The intensity of symptoms is determined by the type and form of schizophrenia. So, a sluggish one can develop for years, practically without manifesting itself, and a paranoid one usually has an acute and rapid development.


Risk factors

BAD can be distinguished from schizophrenia through differential diagnosis and long-term observation of symptoms. If we talk about the risk factors and causes of these psychopathologies, then they are largely similar. The fact is that the etiology of both disorders is unknown.
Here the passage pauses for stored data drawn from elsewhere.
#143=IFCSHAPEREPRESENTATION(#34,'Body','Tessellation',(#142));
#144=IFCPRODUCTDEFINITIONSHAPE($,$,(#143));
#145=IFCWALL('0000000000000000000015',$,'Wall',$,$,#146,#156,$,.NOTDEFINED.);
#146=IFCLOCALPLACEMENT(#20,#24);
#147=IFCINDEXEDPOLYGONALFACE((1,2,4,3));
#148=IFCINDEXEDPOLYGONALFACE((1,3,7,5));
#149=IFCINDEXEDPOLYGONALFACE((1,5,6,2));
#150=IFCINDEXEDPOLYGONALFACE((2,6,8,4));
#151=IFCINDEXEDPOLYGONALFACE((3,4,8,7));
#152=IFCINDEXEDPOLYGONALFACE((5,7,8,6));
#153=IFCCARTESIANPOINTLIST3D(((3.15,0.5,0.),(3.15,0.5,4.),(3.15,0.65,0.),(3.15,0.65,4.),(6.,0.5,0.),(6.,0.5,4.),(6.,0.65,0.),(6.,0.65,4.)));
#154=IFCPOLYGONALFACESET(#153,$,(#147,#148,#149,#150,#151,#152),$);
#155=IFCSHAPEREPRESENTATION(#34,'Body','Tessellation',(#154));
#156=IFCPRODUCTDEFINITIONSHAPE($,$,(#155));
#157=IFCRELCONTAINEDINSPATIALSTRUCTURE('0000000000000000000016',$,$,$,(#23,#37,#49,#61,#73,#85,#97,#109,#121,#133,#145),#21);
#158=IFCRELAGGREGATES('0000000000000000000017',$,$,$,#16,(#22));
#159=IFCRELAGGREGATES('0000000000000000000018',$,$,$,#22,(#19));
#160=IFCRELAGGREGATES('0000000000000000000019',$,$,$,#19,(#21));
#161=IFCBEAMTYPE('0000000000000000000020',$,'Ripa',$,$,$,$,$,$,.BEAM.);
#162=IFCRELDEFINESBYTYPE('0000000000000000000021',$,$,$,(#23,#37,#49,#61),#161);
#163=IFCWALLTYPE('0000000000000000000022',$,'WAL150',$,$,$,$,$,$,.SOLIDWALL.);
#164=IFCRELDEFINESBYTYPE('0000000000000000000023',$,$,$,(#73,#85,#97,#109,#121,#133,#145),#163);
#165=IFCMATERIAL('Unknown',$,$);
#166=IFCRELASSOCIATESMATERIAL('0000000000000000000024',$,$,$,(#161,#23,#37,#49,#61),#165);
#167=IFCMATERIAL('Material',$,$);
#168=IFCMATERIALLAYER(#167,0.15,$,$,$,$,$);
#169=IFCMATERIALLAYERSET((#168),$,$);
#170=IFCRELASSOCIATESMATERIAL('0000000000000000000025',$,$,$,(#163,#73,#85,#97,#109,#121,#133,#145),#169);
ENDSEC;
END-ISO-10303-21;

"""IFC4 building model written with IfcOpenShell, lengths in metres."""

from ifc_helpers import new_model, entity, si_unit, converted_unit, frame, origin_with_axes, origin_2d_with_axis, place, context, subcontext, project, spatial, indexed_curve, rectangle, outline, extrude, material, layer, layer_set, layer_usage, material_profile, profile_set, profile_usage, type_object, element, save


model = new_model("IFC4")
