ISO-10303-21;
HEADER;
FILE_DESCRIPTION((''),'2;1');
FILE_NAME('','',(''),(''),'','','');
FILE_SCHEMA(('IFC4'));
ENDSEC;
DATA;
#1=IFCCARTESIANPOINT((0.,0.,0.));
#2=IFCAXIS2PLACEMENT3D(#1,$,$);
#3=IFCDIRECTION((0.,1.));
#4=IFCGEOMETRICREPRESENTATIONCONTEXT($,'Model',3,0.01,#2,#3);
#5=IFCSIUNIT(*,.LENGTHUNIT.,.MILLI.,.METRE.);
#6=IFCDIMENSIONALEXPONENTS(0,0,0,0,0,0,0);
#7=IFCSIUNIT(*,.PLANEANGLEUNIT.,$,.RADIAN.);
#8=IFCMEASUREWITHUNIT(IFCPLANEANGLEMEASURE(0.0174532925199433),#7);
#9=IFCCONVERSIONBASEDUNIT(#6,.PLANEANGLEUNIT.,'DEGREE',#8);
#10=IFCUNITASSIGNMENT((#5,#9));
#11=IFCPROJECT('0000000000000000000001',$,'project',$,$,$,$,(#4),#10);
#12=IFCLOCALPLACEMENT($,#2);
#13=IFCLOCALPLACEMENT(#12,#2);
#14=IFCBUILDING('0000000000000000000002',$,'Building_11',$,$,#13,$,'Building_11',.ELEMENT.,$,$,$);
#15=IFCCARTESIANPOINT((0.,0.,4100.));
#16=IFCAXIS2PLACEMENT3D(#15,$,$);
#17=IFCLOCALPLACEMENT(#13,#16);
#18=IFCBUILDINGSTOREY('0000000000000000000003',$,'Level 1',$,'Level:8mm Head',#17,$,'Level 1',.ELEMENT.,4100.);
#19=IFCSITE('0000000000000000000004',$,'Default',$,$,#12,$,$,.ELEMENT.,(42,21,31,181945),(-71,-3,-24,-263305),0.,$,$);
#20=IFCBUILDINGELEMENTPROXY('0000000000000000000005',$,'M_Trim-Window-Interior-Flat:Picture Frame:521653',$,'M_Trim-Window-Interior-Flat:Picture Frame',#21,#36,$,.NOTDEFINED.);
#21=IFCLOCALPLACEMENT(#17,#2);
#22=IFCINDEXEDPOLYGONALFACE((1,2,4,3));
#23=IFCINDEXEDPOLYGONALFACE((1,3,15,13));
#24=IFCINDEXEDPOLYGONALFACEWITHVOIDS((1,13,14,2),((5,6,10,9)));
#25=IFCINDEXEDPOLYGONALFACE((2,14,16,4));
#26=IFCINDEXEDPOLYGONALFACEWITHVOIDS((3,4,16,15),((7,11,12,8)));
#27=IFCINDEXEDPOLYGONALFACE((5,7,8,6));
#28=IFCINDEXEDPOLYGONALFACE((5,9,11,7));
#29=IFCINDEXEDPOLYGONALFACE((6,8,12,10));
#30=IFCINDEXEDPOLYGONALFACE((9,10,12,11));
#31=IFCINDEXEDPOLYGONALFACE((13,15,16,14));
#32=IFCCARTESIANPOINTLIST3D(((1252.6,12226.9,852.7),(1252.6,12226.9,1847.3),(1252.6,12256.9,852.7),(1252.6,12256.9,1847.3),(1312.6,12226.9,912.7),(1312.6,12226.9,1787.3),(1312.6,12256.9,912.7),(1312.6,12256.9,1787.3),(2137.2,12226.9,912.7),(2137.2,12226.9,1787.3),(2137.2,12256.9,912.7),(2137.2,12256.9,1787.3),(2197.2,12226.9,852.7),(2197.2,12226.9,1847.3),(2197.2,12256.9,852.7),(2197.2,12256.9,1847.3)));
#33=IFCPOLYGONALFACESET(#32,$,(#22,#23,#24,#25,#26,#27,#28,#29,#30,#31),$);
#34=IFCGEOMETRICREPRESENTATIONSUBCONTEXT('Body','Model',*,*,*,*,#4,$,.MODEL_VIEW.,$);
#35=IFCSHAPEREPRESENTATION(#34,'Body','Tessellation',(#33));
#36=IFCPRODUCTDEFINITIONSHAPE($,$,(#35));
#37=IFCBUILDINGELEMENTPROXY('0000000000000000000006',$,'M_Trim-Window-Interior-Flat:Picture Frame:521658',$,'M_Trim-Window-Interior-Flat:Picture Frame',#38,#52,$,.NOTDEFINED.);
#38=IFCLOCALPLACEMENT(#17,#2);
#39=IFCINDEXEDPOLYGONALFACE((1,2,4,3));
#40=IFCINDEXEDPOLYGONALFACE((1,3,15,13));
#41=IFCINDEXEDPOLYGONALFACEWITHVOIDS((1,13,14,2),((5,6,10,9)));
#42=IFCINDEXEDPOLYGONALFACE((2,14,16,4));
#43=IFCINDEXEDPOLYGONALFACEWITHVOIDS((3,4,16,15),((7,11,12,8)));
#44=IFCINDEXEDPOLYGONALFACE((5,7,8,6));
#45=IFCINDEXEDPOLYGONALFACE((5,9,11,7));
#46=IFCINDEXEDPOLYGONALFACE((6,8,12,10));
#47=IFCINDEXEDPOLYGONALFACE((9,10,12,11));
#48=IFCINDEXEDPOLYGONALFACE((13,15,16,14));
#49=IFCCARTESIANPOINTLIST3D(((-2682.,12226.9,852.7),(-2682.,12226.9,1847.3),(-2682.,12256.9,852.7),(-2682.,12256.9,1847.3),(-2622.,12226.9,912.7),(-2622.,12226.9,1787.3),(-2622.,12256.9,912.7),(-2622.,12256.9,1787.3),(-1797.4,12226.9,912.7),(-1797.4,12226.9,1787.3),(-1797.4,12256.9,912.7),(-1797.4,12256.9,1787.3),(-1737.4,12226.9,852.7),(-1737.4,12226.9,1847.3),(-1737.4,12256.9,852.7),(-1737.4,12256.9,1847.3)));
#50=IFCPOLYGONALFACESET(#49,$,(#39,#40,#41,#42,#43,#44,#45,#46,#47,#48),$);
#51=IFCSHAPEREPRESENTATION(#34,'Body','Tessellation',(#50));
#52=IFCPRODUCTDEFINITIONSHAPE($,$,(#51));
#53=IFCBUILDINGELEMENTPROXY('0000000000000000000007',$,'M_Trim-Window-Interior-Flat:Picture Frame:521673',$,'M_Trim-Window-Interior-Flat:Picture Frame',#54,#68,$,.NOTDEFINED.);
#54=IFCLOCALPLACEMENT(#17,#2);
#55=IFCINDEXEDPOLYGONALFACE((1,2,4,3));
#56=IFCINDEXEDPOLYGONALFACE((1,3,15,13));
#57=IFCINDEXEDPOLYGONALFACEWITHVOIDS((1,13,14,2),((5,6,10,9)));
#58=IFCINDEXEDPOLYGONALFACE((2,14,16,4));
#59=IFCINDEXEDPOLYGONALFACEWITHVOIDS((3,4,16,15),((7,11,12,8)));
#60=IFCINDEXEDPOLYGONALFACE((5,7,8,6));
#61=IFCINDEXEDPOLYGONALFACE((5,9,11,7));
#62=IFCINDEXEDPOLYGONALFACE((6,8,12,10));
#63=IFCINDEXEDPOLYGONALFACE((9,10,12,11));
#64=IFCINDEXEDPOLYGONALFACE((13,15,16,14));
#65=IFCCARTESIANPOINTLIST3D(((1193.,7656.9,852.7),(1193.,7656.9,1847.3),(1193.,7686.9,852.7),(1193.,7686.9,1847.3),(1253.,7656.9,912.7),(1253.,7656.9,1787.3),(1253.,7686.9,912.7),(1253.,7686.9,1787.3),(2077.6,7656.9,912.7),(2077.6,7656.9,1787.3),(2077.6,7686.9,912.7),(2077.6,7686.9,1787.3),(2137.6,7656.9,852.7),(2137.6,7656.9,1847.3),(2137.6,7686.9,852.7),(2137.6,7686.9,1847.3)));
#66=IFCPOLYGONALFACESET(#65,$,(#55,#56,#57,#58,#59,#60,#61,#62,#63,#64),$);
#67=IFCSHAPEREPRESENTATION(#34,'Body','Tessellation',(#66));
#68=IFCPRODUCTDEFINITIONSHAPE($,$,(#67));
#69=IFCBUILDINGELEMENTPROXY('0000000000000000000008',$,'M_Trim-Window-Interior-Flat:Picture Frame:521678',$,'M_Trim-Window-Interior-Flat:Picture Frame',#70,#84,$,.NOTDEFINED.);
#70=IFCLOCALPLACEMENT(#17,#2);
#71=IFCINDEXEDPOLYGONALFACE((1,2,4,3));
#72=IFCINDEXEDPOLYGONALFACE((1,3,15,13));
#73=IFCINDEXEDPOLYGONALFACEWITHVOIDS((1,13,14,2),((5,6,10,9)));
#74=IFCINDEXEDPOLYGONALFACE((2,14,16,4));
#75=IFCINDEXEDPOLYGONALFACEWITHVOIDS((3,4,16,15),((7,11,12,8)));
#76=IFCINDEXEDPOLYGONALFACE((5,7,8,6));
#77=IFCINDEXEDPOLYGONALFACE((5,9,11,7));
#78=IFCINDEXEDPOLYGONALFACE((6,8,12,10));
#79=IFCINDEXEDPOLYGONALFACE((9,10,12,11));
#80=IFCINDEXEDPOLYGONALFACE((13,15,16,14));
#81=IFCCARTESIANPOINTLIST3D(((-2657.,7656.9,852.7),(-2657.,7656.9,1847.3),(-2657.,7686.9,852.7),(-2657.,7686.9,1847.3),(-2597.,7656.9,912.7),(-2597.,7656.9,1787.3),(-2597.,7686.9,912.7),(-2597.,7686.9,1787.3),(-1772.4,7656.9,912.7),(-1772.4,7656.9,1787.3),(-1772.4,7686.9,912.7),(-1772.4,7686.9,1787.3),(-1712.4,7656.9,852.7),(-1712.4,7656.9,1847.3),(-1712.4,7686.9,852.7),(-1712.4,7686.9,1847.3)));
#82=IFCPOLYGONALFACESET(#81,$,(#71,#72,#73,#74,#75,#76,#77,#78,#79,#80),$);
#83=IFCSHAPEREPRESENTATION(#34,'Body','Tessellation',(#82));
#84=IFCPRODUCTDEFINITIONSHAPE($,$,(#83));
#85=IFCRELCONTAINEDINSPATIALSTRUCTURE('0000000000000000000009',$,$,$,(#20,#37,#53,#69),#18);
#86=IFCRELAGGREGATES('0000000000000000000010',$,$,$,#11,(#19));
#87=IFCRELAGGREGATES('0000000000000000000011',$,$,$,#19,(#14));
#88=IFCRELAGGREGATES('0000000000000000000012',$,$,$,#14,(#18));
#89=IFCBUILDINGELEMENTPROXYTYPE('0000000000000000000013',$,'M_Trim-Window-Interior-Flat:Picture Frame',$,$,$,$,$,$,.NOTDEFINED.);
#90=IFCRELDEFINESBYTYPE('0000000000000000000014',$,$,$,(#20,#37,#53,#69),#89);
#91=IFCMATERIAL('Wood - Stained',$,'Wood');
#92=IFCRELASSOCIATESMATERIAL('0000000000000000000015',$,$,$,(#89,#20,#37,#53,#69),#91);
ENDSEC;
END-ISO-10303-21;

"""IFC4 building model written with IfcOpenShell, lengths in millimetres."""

from ifc_helpers import new_model, entity, si_unit, converted_unit, direction, frame, origin, place, context, subcontext, project, spatial, indexed_curve, outline, extrude, source, transform, mapped, material, type_object, type_shapes, element, save


model = new_model("IFC4")

# Units and contexts
model_context = context("Model", 3, precision=0.01, world=origin(), true_north=direction((0.0, 1.0)))
body_context = subcontext(model_context, "Body", "Model", "MODEL_VIEW")
ifc_project = project(units=[si_unit("LENGTHUNIT", "METRE", prefix="MILLI"), converted_unit("PLANEANGLEUNIT", "DEGREE", entity("IfcPlaneAngleMeasure", 0.0174532925199433), si_unit("PLANEANGLEUNIT", "RADIAN"), dimensions=[0, 0, 0, 0, 0, 0, 0])], contexts=[model_context])

# Site, building, storey
site_placement = place(None, origin())
site = spatial("IfcSite", under=ifc_project, at=site_placement, Name="Default", CompositionType="ELEMENT", RefLatitude=(42, 21, 31, 181945), RefLongitude=(-71, -3, -24, -263305), RefElevation=0.0)
building_placement = place(site_placement, origin())
building = spatial("IfcBuilding", under=site, at=building_placement, Name="Building_11", LongName="Building_11", CompositionType="ELEMENT")
storey_placement = place(building_placement, frame((0.0, 0.0, 4100.0)))
storey = spatial("IfcBuildingStorey", under=building, at=storey_placement, Name="Level 1", ObjectType="Level:8mm Head", LongName="Level 1", CompositionType="ELEMENT", Elevation=4100.0)

# Building element proxies
ifc_material_1 = material(Name="Wood - Stained", Category="Wood")
building_element_proxy_type_1 = type_object("IfcBuildingElementProxyType", Name="M_Trim-Window-Interior-Flat:Picture Frame", PredefinedType="NOTDEFINED", material=ifc_material_1)
shared_shape_1 = source(origin(), body_context, "Body", "SweptSolid", [
    extrude(outline(indexed_curve([(-472.3, -497.3), (472.3, -497.3), (472.3, 497.3), (-472.3, 497.3), (-472.3, -497.3)], self_intersect=False), holes=[indexed_curve([(-412.3, -437.3), (-412.3, 437.3), (412.3, 437.3), (412.3, -437.3), (-412.3, -437.3)], self_intersect=False)]), frame((0.0, -450.0, 0.0), z_axis=(0.0, 0.0, 1.0), x_axis=(-1.0, 0.0, 0.0)), (0.0, 0.0, 1.0), 30.0),
])
type_shapes(building_element_proxy_type_1, [shared_shape_1])
for number, where, z_axis, x_axis, name in (
    (1, (1724.9, 12256.9, 1800.0), (0.0, -1.0, 0.0), (1.0, 0.0, 0.0), "M_Trim-Window-Interior-Flat:Picture Frame:521653"),
    (2, (-2209.7, 12256.9, 1800.0), (0.0, -1.0, 0.0), (1.0, 0.0, 0.0), "M_Trim-Window-Interior-Flat:Picture Frame:521658"),
    (3, (1665.3, 7656.9, 1800.0), (0.0, 1.0, 0.0), (-1.0, 0.0, 0.0), "M_Trim-Window-Interior-Flat:Picture Frame:521673"),
    (4, (-2184.7, 7656.9, 1800.0), (0.0, 1.0, 0.0), (-1.0, 0.0, 0.0), "M_Trim-Window-Interior-Flat:Picture Frame:521678"),
):
    element("IfcBuildingElementProxy", number, at=place(storey_placement, frame(where, z_axis=z_axis, x_axis=x_axis)), inside=storey, type_object=building_element_proxy_type_1, material=ifc_material_1, Name=name, ObjectType="M_Trim-Window-Interior-Flat:Picture Frame", PredefinedType="NOTDEFINED", context=body_context, shape_type="MappedRepresentation", body=[
        mapped(shared_shape_1, transform((0.0, 0.0, 0.0), scale=1.0)),
    ])

save(model, "model.ifc")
In most cases, we are talking about a genetic predisposition. First of all, doctors find out if there are people with mental disorders in the patient’s family. The closer the degree of relationship, the higher the risk of the disease.


Main Differences Between Schizophrenia and Bipolar Disorder

In bipolar disorder, psychosis leads to overexcitation of the nervous system. This also happens with schizophrenia. Also, a similar similarity is observed with negative symptoms. However, there are three main differences that allow differentiating diagnoses:

  • In bipolar disorder, mania is accompanied by an extreme manifestation of feelings and emotions. However, in general, a person is adequate, and therefore rarely shows aggression. The schizophrenic is not always aware of his actions, therefore he is a danger to himself and others.
  • With the development of BAD, the patient does not lose contact and does not strive for complete loneliness even during a period of apathy. Withdrawal and alienation are the main symptoms of schizophrenia. They are especially noticeable in patients who are sociable in a healthy state.
  • The main difference is in the consequences. Bipolar disorder does not damage the personality, while schizophrenia leaves its mark on the psyche. In a sense, after an attack, a person will never be the same as he was before. In bipolar disorder, even if the psychosis lasts for a long time, personality traits remain the same.

The similarity between bipolar disorder and schizophrenia is that both disorders are chronic. Treatment and prevention will take a lifetime.



An accurate diagnosis of the patient can be made only after a few weeks or months after contacting the doctors. After that, the doctor will draw up a treatment card.

In bipolar disorder, it includes:

  • Psychotherapeutic sessions;
  • Mood stabilizing drugs;
  • Antidepressants;
  • Sleeping pills.

Schizophrenia is treated much more difficult and longer. Sometimes it is necessary to use insulin coma therapy when the patient is artificially injected into a hypoglycemic coma. Antipsychotics and other antipsychotics are also prescribed. Psychotherapeutic methods include several areas – cognitive, behavioral, etc.

BAD cannot go into schizophrenia. These are two different diseases with different prognoses and outcomes.

BAD treatment can be done on an outpatient basis. Attacks in schizophrenia lead to hospitalization. The periods of remission in bipolar disorder are longer. However, serious consequences are possible in both cases. With complications, patients are assigned a disability. Sometimes they are considered insane. And this applies to patients with both bipolar disorder and schizophrenia.


What is more dangerous?

Many people are interested in which is worse – BAD or schizophrenic psychopathology. The question is not very correct, however, in simple terms, bipolar disorder is not so dangerous. It does not lead to the disintegration of the personality. Schizophrenia can completely destroy it, and as a result of which a person will forever remain in his inner world.